EXERCISE BRIEF: Output only the stretch of the listing that starts at the line containing "#26=IFCINDEXEDPOLYGONALFACE((3,4,8,7));" and ends at the line containing "#31=IFCSHAPEREPRESENTATION(#30,'Body','Tessellation',(#29));", reproduced exactly with both ends.
◆ ◆ ◆
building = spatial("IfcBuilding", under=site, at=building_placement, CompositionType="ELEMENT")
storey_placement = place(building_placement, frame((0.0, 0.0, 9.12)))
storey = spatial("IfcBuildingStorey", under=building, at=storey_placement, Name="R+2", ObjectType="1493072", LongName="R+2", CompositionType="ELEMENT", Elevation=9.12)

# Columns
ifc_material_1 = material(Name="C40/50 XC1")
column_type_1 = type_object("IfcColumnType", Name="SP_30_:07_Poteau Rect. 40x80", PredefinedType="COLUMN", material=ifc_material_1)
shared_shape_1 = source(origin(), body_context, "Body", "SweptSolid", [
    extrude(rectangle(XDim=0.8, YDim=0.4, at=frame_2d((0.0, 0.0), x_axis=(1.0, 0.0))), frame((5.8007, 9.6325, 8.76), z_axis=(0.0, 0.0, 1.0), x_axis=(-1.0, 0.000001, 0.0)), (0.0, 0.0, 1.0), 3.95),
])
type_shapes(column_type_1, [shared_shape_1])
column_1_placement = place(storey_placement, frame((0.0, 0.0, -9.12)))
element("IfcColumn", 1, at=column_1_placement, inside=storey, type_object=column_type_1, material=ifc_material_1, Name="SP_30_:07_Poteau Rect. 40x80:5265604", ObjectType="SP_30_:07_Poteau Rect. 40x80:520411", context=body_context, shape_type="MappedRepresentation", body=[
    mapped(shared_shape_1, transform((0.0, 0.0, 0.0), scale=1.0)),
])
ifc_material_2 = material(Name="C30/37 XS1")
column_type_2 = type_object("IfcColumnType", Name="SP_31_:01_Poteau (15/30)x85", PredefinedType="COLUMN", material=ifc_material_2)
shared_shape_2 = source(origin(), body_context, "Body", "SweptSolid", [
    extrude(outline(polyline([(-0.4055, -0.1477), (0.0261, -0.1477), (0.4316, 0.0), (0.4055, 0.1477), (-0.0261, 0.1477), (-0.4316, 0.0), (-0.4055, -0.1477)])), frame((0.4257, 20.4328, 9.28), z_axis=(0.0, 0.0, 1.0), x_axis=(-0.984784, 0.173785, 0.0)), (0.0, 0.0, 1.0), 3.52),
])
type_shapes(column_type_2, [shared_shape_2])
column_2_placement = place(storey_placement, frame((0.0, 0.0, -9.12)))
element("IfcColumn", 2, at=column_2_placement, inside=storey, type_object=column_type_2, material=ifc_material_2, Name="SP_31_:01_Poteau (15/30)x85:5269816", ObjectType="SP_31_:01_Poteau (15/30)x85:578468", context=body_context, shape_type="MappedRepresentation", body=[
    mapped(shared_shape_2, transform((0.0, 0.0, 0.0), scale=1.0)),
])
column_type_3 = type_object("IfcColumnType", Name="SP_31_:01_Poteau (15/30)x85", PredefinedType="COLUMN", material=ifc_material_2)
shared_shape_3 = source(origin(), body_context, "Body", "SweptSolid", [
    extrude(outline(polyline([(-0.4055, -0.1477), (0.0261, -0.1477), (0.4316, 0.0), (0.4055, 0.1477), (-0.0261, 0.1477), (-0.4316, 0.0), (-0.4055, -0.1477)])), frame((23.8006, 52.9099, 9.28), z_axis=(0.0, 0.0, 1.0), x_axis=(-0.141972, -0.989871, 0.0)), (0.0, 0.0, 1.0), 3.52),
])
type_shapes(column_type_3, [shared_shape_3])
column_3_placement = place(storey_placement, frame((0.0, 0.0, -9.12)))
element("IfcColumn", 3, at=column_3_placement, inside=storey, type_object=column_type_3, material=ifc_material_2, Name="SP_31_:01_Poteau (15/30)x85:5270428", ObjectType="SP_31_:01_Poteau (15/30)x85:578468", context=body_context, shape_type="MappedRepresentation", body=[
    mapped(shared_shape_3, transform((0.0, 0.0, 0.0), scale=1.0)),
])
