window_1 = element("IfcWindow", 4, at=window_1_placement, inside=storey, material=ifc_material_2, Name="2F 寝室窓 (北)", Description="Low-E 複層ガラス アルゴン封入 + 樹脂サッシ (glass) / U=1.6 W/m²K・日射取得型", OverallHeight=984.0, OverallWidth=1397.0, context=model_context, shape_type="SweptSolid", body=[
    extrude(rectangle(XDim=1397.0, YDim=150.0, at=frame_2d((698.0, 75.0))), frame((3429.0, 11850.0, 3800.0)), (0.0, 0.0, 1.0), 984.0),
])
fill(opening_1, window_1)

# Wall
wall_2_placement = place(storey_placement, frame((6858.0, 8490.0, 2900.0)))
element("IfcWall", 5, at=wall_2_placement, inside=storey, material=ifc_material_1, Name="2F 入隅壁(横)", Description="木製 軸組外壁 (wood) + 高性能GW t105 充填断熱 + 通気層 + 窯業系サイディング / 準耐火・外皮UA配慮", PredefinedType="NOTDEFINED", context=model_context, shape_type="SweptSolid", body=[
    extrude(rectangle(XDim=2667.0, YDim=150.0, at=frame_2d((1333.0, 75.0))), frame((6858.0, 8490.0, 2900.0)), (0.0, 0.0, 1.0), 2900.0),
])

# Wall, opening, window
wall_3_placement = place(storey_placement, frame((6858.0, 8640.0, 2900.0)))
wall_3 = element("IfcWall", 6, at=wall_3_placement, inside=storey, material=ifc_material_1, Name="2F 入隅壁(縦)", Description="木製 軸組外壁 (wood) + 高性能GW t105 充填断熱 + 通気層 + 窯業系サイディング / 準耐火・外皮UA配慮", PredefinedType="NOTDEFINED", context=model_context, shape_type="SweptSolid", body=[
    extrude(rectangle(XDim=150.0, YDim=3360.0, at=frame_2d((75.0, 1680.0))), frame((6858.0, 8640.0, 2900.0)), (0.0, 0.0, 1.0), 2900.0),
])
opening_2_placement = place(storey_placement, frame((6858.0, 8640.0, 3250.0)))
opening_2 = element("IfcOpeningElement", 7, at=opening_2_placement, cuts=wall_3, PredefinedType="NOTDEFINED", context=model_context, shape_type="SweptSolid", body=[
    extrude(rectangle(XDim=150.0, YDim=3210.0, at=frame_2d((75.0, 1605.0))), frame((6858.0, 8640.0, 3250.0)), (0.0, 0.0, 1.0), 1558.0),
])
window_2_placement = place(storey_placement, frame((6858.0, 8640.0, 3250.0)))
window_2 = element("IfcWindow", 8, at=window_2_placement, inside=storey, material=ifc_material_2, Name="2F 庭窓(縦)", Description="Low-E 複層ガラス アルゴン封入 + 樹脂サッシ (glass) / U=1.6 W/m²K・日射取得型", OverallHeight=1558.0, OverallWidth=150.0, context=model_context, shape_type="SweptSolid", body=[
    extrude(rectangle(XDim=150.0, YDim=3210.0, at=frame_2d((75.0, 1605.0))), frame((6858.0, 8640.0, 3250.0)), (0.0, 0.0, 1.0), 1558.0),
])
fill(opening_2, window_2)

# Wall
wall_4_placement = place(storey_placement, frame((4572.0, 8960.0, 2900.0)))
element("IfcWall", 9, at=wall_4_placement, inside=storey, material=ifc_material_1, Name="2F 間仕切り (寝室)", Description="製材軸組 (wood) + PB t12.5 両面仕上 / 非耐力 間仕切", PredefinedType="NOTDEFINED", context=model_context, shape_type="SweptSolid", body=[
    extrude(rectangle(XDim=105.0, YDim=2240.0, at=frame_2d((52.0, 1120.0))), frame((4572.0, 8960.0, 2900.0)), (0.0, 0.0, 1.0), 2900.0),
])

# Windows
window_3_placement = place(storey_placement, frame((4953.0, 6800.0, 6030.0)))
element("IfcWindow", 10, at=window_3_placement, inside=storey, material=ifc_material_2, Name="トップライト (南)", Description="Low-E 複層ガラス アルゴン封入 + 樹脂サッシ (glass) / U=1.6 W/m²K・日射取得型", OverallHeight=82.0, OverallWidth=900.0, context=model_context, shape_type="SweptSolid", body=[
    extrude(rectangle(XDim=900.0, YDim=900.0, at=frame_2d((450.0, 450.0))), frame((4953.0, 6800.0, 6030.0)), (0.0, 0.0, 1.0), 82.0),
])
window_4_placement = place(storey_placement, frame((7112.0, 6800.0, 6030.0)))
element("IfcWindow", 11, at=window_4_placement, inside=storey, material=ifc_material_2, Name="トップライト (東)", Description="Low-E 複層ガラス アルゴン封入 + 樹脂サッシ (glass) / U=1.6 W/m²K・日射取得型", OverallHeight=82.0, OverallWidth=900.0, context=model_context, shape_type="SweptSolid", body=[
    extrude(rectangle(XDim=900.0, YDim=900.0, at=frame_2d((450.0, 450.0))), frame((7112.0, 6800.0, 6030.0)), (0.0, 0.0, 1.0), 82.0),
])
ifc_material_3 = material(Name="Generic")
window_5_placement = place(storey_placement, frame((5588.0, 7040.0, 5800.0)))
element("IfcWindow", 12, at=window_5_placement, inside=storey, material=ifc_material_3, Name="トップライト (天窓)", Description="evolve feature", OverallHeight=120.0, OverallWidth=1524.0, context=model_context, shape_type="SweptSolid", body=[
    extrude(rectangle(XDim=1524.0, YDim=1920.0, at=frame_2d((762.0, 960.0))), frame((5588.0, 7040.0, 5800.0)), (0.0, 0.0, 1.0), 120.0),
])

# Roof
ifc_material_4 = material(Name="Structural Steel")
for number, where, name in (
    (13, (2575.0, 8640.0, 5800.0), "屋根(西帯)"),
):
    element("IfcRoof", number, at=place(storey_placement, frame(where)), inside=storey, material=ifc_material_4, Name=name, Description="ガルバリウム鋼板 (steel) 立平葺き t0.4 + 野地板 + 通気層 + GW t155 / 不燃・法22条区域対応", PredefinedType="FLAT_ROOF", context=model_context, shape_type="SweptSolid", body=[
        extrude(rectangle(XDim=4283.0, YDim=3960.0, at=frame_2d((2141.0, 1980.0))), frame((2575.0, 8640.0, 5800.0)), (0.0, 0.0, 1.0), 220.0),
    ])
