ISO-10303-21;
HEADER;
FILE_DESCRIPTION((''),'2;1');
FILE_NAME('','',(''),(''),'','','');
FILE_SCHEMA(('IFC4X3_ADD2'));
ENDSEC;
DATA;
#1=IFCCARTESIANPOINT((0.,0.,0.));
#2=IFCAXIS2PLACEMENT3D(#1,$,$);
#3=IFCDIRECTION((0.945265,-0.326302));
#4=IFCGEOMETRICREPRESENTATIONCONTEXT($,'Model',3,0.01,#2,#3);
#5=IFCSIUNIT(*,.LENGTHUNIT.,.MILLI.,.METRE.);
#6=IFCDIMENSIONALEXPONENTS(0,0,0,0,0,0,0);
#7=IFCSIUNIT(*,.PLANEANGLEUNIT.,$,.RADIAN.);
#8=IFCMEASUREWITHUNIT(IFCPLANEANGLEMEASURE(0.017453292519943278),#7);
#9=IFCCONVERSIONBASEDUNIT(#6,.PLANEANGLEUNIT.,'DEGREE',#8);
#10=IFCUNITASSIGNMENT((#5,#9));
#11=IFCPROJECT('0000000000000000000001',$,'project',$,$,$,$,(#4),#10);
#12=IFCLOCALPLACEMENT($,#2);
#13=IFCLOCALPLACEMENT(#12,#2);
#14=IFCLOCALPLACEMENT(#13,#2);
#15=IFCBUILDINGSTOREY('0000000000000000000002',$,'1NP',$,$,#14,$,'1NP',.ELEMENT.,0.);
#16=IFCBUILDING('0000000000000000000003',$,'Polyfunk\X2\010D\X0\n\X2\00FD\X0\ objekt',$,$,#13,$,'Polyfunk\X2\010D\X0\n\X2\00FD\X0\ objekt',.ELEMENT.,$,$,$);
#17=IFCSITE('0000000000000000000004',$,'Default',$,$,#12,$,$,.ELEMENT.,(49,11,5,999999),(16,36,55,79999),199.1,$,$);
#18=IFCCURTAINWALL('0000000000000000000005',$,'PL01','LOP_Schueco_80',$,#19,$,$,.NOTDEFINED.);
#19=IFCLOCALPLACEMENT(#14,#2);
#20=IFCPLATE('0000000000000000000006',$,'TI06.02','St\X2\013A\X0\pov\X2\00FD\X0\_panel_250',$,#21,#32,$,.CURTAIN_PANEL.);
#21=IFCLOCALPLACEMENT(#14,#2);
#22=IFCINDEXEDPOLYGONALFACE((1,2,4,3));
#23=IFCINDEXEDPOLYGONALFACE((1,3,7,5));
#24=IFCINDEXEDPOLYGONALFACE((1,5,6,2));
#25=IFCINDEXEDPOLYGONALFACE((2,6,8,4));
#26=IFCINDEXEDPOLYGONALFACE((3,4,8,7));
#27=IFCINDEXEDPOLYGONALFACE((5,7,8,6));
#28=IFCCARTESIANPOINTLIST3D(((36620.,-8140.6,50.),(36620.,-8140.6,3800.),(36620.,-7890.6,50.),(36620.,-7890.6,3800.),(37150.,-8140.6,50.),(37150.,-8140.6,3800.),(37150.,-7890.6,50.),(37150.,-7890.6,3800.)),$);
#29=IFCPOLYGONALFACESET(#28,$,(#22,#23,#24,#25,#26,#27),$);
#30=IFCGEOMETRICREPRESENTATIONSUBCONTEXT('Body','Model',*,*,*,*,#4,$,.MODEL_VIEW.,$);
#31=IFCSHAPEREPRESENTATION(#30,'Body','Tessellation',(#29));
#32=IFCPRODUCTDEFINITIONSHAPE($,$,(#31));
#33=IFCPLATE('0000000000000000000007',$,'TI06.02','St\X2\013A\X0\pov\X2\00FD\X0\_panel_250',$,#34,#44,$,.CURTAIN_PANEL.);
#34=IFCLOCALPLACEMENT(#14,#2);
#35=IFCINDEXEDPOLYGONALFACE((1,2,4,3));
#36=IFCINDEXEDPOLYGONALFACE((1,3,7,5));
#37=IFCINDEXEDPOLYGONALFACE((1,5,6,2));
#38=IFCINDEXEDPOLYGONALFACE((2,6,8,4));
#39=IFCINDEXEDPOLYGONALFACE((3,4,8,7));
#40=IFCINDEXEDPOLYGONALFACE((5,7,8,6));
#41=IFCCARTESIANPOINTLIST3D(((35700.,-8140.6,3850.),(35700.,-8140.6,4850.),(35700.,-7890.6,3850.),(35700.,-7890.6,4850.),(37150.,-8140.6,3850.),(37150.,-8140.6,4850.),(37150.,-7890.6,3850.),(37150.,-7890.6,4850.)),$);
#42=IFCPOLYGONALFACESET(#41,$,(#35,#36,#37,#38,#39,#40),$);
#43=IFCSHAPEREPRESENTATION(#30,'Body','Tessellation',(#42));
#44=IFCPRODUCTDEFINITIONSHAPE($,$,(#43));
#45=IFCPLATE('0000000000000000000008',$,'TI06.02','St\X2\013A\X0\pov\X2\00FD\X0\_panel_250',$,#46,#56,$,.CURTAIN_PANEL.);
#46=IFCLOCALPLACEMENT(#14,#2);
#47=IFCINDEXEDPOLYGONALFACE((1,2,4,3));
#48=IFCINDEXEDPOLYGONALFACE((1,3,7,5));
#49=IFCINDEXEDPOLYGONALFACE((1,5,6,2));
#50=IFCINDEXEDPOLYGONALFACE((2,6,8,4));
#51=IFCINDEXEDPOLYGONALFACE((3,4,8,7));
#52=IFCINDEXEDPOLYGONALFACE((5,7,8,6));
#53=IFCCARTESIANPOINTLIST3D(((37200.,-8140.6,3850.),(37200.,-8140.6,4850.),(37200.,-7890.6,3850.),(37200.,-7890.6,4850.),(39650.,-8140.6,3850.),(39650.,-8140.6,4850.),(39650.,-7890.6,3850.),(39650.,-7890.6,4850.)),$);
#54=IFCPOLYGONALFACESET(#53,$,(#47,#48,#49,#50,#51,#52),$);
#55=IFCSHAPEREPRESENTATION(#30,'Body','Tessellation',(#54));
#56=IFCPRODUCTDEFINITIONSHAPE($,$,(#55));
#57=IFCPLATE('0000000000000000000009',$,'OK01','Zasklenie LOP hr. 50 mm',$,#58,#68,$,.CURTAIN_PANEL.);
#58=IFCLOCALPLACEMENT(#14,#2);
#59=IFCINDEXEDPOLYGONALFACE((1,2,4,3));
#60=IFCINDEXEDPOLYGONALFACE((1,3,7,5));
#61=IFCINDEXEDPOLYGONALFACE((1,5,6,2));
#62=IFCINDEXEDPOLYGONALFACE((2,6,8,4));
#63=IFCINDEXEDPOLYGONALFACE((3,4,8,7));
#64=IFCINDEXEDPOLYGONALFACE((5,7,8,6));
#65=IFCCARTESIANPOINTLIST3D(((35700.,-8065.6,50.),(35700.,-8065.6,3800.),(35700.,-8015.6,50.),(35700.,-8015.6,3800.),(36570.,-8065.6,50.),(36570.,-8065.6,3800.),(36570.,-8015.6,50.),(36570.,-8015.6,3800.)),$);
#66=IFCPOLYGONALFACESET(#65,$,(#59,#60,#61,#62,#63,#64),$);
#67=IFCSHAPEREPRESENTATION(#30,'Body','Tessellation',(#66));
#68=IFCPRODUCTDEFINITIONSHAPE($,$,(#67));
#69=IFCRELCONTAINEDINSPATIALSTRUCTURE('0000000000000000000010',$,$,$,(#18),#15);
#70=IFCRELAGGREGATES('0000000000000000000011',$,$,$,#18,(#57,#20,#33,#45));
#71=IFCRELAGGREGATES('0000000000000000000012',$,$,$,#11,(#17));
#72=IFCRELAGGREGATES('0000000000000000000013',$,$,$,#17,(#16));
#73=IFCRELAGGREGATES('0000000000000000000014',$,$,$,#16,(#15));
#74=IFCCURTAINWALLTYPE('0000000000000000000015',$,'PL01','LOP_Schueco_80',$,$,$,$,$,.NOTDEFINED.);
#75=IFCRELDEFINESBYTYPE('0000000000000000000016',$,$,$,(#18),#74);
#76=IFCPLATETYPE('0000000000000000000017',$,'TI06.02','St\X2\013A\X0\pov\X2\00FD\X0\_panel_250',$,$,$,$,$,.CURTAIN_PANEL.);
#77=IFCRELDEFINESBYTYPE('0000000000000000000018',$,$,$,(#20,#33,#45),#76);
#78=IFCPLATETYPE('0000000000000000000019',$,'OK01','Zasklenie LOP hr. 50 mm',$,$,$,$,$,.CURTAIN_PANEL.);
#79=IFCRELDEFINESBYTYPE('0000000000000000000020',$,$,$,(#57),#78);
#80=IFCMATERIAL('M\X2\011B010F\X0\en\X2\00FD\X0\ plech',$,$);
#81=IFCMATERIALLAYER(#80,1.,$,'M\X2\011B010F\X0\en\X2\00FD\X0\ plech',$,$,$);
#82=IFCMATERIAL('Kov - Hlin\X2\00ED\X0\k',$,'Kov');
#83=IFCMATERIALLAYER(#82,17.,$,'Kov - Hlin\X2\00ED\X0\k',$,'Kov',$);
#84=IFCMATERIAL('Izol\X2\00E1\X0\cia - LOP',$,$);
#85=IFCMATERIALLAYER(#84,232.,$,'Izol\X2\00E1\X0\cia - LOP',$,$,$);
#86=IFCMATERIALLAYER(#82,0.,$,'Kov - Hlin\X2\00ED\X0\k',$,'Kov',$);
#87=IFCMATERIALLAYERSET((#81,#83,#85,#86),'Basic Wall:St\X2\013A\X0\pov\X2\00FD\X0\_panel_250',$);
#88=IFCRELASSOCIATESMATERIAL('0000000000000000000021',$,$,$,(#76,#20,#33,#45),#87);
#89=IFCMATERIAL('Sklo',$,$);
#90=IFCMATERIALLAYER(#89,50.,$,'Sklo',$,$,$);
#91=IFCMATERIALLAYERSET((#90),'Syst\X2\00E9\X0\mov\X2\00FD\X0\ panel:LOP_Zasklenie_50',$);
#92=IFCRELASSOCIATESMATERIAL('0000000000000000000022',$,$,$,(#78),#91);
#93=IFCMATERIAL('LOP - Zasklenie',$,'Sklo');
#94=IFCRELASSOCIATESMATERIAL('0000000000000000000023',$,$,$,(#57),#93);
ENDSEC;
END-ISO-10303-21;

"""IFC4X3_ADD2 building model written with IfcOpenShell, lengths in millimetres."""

from ifc_helpers import new_model, entity, si_unit, converted_unit, direction, frame, frame_2d, origin, place, context, subcontext, project, spatial, rectangle, extrude, source, transform, mapped, material, layer, layer_set, layer_usage, type_object, type_shapes, element, aggregate, save


model = new_model("IFC4X3_ADD2")

# Units and contexts
model_context = context("Model", 3, precision=0.01, world=origin(), true_north=direction((0.945265, -0.326302)))
body_context = subcontext(model_context, "Body", "Model", "MODEL_VIEW")
ifc_project = project(units=[si_unit("LENGTHUNIT", "METRE", prefix="MILLI"), converted_unit("PLANEANGLEUNIT", "DEGREE", entity("IfcPlaneAngleMeasure", 0.017453292519943278), si_unit("PLANEANGLEUNIT", "RADIAN"), dimensions=[0, 0, 0, 0, 0, 0, 0])], contexts=[model_context])

# Site, building, storey
site_placement = place(None, origin())
site = spatial("IfcSite", under=ifc_project, at=site_placement, Name="Default", CompositionType="ELEMENT", RefLatitude=(49, 11, 5, 999999), RefLongitude=(16, 36, 55, 79999), RefElevation=199.1)
building_placement = place(site_placement, origin())
building = spatial("IfcBuilding", under=site, at=building_placement, Name="Polyfunkčný objekt", LongName="Polyfunkčný objekt", CompositionType="ELEMENT")
storey_placement = place(building_placement, origin())
storey = spatial("IfcBuildingStorey", under=building, at=storey_placement, Name="1NP", LongName="1NP", CompositionType="ELEMENT", Elevation=0.0)

# Curtain wall, plates
curtain_wall_type = type_object("IfcCurtainWallType", Name="PL01", Description="LOP_Schueco_80", PredefinedType="NOTDEFINED")
curtain_wall_placement = place(storey_placement, origin())
curtain_wall = element("IfcCurtainWall", 1, at=curtain_wall_placement, inside=storey, type_object=curtain_wall_type, Name="PL01", Description="LOP_Schueco_80", PredefinedType="NOTDEFINED")
ifc_material_1 = material(Name="Měďený plech")
ifc_layer_1 = layer(ifc_material_1, 1.0, Name="Měďený plech")
ifc_material_2 = material(Name="Kov - Hliník", Category="Kov")
ifc_layer_2 = layer(ifc_material_2, 17.0, Name="Kov - Hliník", Category="Kov")
ifc_material_3 = material(Name="Izolácia - LOP")
ifc_layer_3 = layer(ifc_material_3, 232.0, Name="Izolácia - LOP")
ifc_layer_4 = layer(ifc_material_2, 0.0, Name="Kov - Hliník", Category="Kov")
ifc_layer_set_1 = layer_set([ifc_layer_1, ifc_layer_2, ifc_layer_3, ifc_layer_4], Name="Basic Wall:Stĺpový_panel_250")
ifc_layer_usage_1 = layer_usage(ifc_layer_set_1, "AXIS2", "POSITIVE", -125.0)
plate_type_1 = type_object("IfcPlateType", Name="TI06.02", Description="Stĺpový_panel_250", PredefinedType="CURTAIN_PANEL", material=ifc_layer_set_1)
plate_1_placement = place(storey_placement, frame((36620.0, -8015.6, 50.0)))
plate_1 = element("IfcPlate", 2, at=plate_1_placement, type_object=plate_type_1, material=ifc_layer_usage_1, Name="TI06.02", Description="Stĺpový_panel_250", PredefinedType="CURTAIN_PANEL", context=body_context, shape_type="SweptSolid", body=[
    extrude(rectangle(XDim=250.0, YDim=530.0, at=frame_2d((0.0, 0.0), x_axis=(1.0, 0.0))), frame((265.0, 0.0, 0.0), z_axis=(0.0, 0.0, 1.0), x_axis=(0.0, 1.0, 0.0)), (0.0, 0.0, 1.0), 3750.0),
])
ifc_layer_usage_2 = layer_usage(ifc_layer_set_1, "AXIS2", "POSITIVE", -125.0)
plate_2_placement = place(storey_placement, frame((35700.0, -8015.6, 3850.0)))
plate_2 = element("IfcPlate", 3, at=plate_2_placement, type_object=plate_type_1, material=ifc_layer_usage_2, Name="TI06.02", Description="Stĺpový_panel_250", PredefinedType="CURTAIN_PANEL", context=body_context, shape_type="SweptSolid", body=[
    extrude(rectangle(XDim=250.0, YDim=1450.0, at=frame_2d((0.0, 0.0), x_axis=(1.0, 0.0))), frame((725.0, 0.0, 0.0), z_axis=(0.0, 0.0, 1.0), x_axis=(0.0, 1.0, 0.0)), (0.0, 0.0, 1.0), 1000.0),
])
ifc_layer_usage_3 = layer_usage(ifc_layer_set_1, "AXIS2", "POSITIVE", -125.0)
plate_3_placement = place(storey_placement, frame((37200.0, -8015.6, 3850.0)))
plate_3 = element("IfcPlate", 4, at=plate_3_placement, type_object=plate_type_1, material=ifc_layer_usage_3, Name="TI06.02", Description="Stĺpový_panel_250", PredefinedType="CURTAIN_PANEL", context=body_context, shape_type="SweptSolid", body=[
    extrude(rectangle(XDim=250.0, YDim=2450.0, at=frame_2d((0.0, 0.0), x_axis=(1.0, 0.0))), frame((1225.0, 0.0, 0.0), z_axis=(0.0, 0.0, 1.0), x_axis=(0.0, 1.0, 0.0)), (0.0, 0.0, 1.0), 1000.0),
])
ifc_material_4 = material(Name="LOP - Zasklenie", Category="Sklo")
ifc_material_5 = material(Name="Sklo")
ifc_layer_5 = layer(ifc_material_5, 50.0, Name="Sklo")
ifc_layer_set_2 = layer_set([ifc_layer_5], Name="Systémový panel:LOP_Zasklenie_50")
plate_type_2 = type_object("IfcPlateType", Name="OK01", Description="Zasklenie LOP hr. 50 mm", PredefinedType="CURTAIN_PANEL", material=ifc_layer_set_2)
shared_shape_1 = source(origin(), body_context, "Body", "SweptSolid", [
    extrude(rectangle(XDim=3750.0, YDim=870.0, at=frame_2d((-331.2, 0.0), x_axis=(1.0, 0.0))), frame((0.0, -50.0, 2206.2), z_axis=(0.0, 1.0, 0.0), x_axis=(0.0, 0.0, 1.0)), (0.0, 0.0, 1.0), 50.0),
])
type_shapes(plate_type_2, [shared_shape_1])
plate_4_placement = place(curtain_wall_placement, frame((36135.0, -8015.6, 50.0)))
plate_4 = element("IfcPlate", 5, at=plate_4_placement, type_object=plate_type_2, material=ifc_material_4, Name="OK01", Description="Zasklenie LOP hr. 50 mm", PredefinedType="CURTAIN_PANEL", context=body_context, shape_type="MappedRepresentation", body=[
    mapped(shared_shape_1, transform((0.0, 0.0, 0.0), scale=1.0)),
])
aggregate(curtain_wall, [plate_4, plate_1, plate_2, plate_3])

save(model, "model.ifc")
◆ ◆ ◆
RESPONSE TO THIS EXERCISE:
#26=IFCINDEXEDPOLYGONALFACE((3,4,8,7));
#27=IFCINDEXEDPOLYGONALFACE((5,7,8,6));
#28=IFCCARTESIANPOINTLIST3D(((36620.,-8140.6,50.),(36620.,-8140.6,3800.),(36620.,-7890.6,50.),(36620.,-7890.6,3800.),(37150.,-8140.6,50.),(37150.,-8140.6,3800.),(37150.,-7890.6,50.),(37150.,-7890.6,3800.)),$);
#29=IFCPOLYGONALFACESET(#28,$,(#22,#23,#24,#25,#26,#27),$);
#30=IFCGEOMETRICREPRESENTATIONSUBCONTEXT('Body','Model',*,*,*,*,#4,$,.MODEL_VIEW.,$);
#31=IFCSHAPEREPRESENTATION(#30,'Body','Tessellation',(#29));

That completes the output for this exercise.